ペンギン施設下から観察 福岡市動物園 移転建て替え20年春オープン

フンボルトペンギンの展示施設のスケッチ。手前の大型プールから見上げて観察できる(福岡市動物園提供)
フンボルトペンギンの展示施設のスケッチ。手前の大型プールから見上げて観察できる(福岡市動物園提供)
写真を見る
入園口を兼ねた「動物情報館」(仮称)のイメージ(福岡市動物園提供)
入園口を兼ねた「動物情報館」(仮称)のイメージ(福岡市動物園提供)
写真を見る

 福岡市動物園(中央区)は2018年度にペンギン展示施設を移転して建て替える工事を始める。秋には正面入り口に「動物情報館」(仮称)を中心とした複合施設が新設・オープンする。市は18年度当初予算案に関連費9億7145万円を盛り込む。

 フンボルトペンギンの展示施設(約千平方メートル)は、中央食堂・売店がある場所に移転して建て替え、20年春にオープンを目指す。

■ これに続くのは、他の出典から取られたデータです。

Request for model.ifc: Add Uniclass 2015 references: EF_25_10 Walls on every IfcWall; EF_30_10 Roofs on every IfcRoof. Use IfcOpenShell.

First a look at what the model holds.

```python
import ifcopenshell

model = ifcopenshell.open("model.ifc")
print(model.schema)
print("classifications:", [c.Name for c in model.by_type("IfcClassification")])
for ifc_class in ("IfcDoor", "IfcRoof", "IfcStair", "IfcWall", "IfcWindow"):
    print(ifc_class, len(model.by_type(ifc_class)))
```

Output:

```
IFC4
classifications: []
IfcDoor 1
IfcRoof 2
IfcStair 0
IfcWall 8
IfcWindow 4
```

```python
import ifcopenshell
import ifcopenshell.api.classification

model = ifcopenshell.open("model.ifc")

system = ifcopenshell.api.classification.add_classification(model, classification="Uniclass 2015")

codes = {
    "IfcWall": ("EF_25_10", "Walls"),
    "IfcRoof": ("EF_30_10", "Roofs"),
}
for ifc_class, (code, name) in codes.items():
    products = model.by_type(ifc_class)
    ifcopenshell.api.classification.add_reference(
        model, products=products, classification=system, identification=code, name=name
    )
    print(code, len(products))

model.write("model_updated.ifc")
```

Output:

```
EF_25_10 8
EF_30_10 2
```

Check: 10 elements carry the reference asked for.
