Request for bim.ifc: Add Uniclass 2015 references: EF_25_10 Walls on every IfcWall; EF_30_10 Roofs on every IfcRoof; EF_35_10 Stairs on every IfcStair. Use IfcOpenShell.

First a look at what the model holds.

```python
import ifcopenshell

model = ifcopenshell.open("bim.ifc")
print(model.schema)
print("classifications:", [c.Name for c in model.by_type("IfcClassification")])
for ifc_class in ("IfcDoor", "IfcRoof", "IfcStair", "IfcWall", "IfcWindow"):
    print(ifc_class, len(model.by_type(ifc_class)))
```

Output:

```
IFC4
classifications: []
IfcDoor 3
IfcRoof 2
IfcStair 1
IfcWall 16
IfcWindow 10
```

```python
import ifcopenshell
import ifcopenshell.api.classification

model = ifcopenshell.open("bim.ifc")

system = ifcopenshell.api.classification.add_classification(model, classification="Uniclass 2015")

codes = {
    "IfcWall": ("EF_25_10", "Walls"),
    "IfcRoof": ("EF_30_10", "Roofs"),
    "IfcStair": ("EF_35_10", "Stairs"),
}
for ifc_class, (code, name) in codes.items():
    products = model.by_type(ifc_class)
    ifcopenshell.api.classification.add_reference(
        model, products=products, classification=system, identification=code, name=name
    )
    print(code, len(products))

model.write("bim_edited.ifc")
```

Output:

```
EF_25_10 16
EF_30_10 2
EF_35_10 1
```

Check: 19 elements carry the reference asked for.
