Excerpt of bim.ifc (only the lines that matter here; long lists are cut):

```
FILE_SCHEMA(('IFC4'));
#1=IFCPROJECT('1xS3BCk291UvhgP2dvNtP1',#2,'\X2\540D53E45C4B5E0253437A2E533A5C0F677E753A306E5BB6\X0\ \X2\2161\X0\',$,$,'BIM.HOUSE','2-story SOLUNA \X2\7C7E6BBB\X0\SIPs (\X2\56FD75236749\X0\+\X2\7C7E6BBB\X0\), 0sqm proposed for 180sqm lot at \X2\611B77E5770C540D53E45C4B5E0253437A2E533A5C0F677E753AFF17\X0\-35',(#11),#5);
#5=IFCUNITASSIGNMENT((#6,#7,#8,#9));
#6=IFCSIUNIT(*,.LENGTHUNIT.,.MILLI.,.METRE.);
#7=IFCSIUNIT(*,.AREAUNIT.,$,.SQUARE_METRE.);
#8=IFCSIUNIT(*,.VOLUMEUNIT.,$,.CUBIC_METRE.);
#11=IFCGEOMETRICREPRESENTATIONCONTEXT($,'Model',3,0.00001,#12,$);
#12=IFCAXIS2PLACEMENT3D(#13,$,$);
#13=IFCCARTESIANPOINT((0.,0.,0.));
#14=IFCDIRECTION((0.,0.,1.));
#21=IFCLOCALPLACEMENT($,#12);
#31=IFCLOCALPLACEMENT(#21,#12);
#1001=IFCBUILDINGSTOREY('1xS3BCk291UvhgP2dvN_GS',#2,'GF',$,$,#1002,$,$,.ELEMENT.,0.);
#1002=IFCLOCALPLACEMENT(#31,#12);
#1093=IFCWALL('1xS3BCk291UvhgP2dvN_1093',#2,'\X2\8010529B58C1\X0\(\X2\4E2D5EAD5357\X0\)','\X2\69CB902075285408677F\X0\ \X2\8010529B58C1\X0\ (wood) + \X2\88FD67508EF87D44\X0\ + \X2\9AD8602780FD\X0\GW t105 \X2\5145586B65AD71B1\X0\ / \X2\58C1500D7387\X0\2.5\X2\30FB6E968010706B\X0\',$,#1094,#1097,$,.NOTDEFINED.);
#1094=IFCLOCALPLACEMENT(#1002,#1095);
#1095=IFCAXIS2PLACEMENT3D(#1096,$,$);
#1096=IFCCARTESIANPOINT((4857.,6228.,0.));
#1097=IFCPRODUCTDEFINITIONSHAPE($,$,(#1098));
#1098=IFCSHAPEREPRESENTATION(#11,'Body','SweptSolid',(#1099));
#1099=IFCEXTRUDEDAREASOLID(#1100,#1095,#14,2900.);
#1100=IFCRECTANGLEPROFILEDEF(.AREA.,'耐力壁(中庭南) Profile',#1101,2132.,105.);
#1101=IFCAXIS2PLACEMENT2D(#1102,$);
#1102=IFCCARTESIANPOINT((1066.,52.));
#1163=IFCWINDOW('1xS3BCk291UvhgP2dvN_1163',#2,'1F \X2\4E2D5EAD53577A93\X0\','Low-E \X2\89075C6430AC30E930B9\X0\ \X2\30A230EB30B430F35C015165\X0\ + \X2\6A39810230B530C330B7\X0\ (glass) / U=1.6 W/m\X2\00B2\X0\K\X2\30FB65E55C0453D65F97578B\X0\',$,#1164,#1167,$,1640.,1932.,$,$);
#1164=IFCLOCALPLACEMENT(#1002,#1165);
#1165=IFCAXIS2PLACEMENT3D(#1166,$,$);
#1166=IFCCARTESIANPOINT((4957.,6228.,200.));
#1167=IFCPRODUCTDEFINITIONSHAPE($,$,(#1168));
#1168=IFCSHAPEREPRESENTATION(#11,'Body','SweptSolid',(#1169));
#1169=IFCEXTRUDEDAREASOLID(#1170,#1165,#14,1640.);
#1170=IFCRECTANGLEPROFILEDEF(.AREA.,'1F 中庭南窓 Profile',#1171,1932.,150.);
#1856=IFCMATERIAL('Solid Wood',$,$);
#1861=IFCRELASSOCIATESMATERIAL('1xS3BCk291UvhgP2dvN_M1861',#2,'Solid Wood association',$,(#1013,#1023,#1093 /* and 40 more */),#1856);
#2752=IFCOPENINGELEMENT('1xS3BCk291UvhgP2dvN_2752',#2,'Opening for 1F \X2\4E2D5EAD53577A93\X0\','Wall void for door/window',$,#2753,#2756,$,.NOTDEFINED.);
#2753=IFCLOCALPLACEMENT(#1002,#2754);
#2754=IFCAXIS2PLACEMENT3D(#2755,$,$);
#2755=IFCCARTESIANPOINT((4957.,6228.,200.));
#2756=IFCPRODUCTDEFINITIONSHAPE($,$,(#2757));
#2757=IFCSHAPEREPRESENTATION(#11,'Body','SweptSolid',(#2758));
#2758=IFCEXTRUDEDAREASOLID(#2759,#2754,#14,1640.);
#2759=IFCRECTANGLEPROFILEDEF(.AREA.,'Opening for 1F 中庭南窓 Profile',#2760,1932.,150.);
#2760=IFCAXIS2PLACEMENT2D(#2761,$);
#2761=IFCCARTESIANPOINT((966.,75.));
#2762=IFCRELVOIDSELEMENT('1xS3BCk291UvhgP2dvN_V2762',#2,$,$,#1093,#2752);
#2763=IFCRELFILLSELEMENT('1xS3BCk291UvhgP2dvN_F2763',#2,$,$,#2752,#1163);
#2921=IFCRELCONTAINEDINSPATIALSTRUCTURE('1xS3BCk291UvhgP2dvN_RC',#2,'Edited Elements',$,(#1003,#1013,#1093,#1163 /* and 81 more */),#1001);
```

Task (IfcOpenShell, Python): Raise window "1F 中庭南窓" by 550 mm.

```python
import numpy as np
import ifcopenshell
import ifcopenshell.api.geometry
import ifcopenshell.util.placement
import ifcopenshell.util.unit

model = ifcopenshell.open("bim.ifc")
unit_scale = ifcopenshell.util.unit.calculate_unit_scale(model)

window = model.by_id(1163)
opening = window.FillsVoids[0].RelatingOpeningElement
dz = 0.55 / unit_scale

shift = np.array([0.0, 0.0, dz])
# The window is not placed relative to its opening, so move both.
for product in (opening, window):
    matrix = ifcopenshell.util.placement.get_local_placement(product.ObjectPlacement)
    matrix[:3, 3] += shift
    ifcopenshell.api.geometry.edit_object_placement(model, product=product, matrix=matrix, is_si=False)

print(f"moved by {dz * unit_scale:+.3f} m")

model.write("bim_edited.ifc")
```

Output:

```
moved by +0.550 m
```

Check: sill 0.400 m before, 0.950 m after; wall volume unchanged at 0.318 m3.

 ペンギンが泳ぐ姿を下から観察できる大型プールや、夏に来園した子どもがペンギンを眺めながら遊べる約10センチの深さのキッズプールを整備する。ペンギンが土に巣穴を掘り、子育てする様子も観察できる「行動展示」を目指す。

 複合施設は地上2階、地下1階建てで、約1300平方メートル。

 情報館は1階と2階に入る。来園者は必ず1階の情報館を通る構造。動物の標本や剥製が置かれ、チケット購入窓口、動物相談コーナー、講習会などができるスペースがある。体験学習が行えるラボ室が2階に入る予定。

 1階には、他に総合案内所や売店、レストランが入る。地下には、新たに89台分の駐車場を設ける。

 市は06年度から20年計画で動物園の再生事業を進めている。今後も「アフリカの草原エリア」などの整備を予定しているが、動物の死亡や繁殖可能な年齢を考慮したところ、計画の再検討が必要になったと判断。18年度中に計画の見直しを行うことにしている。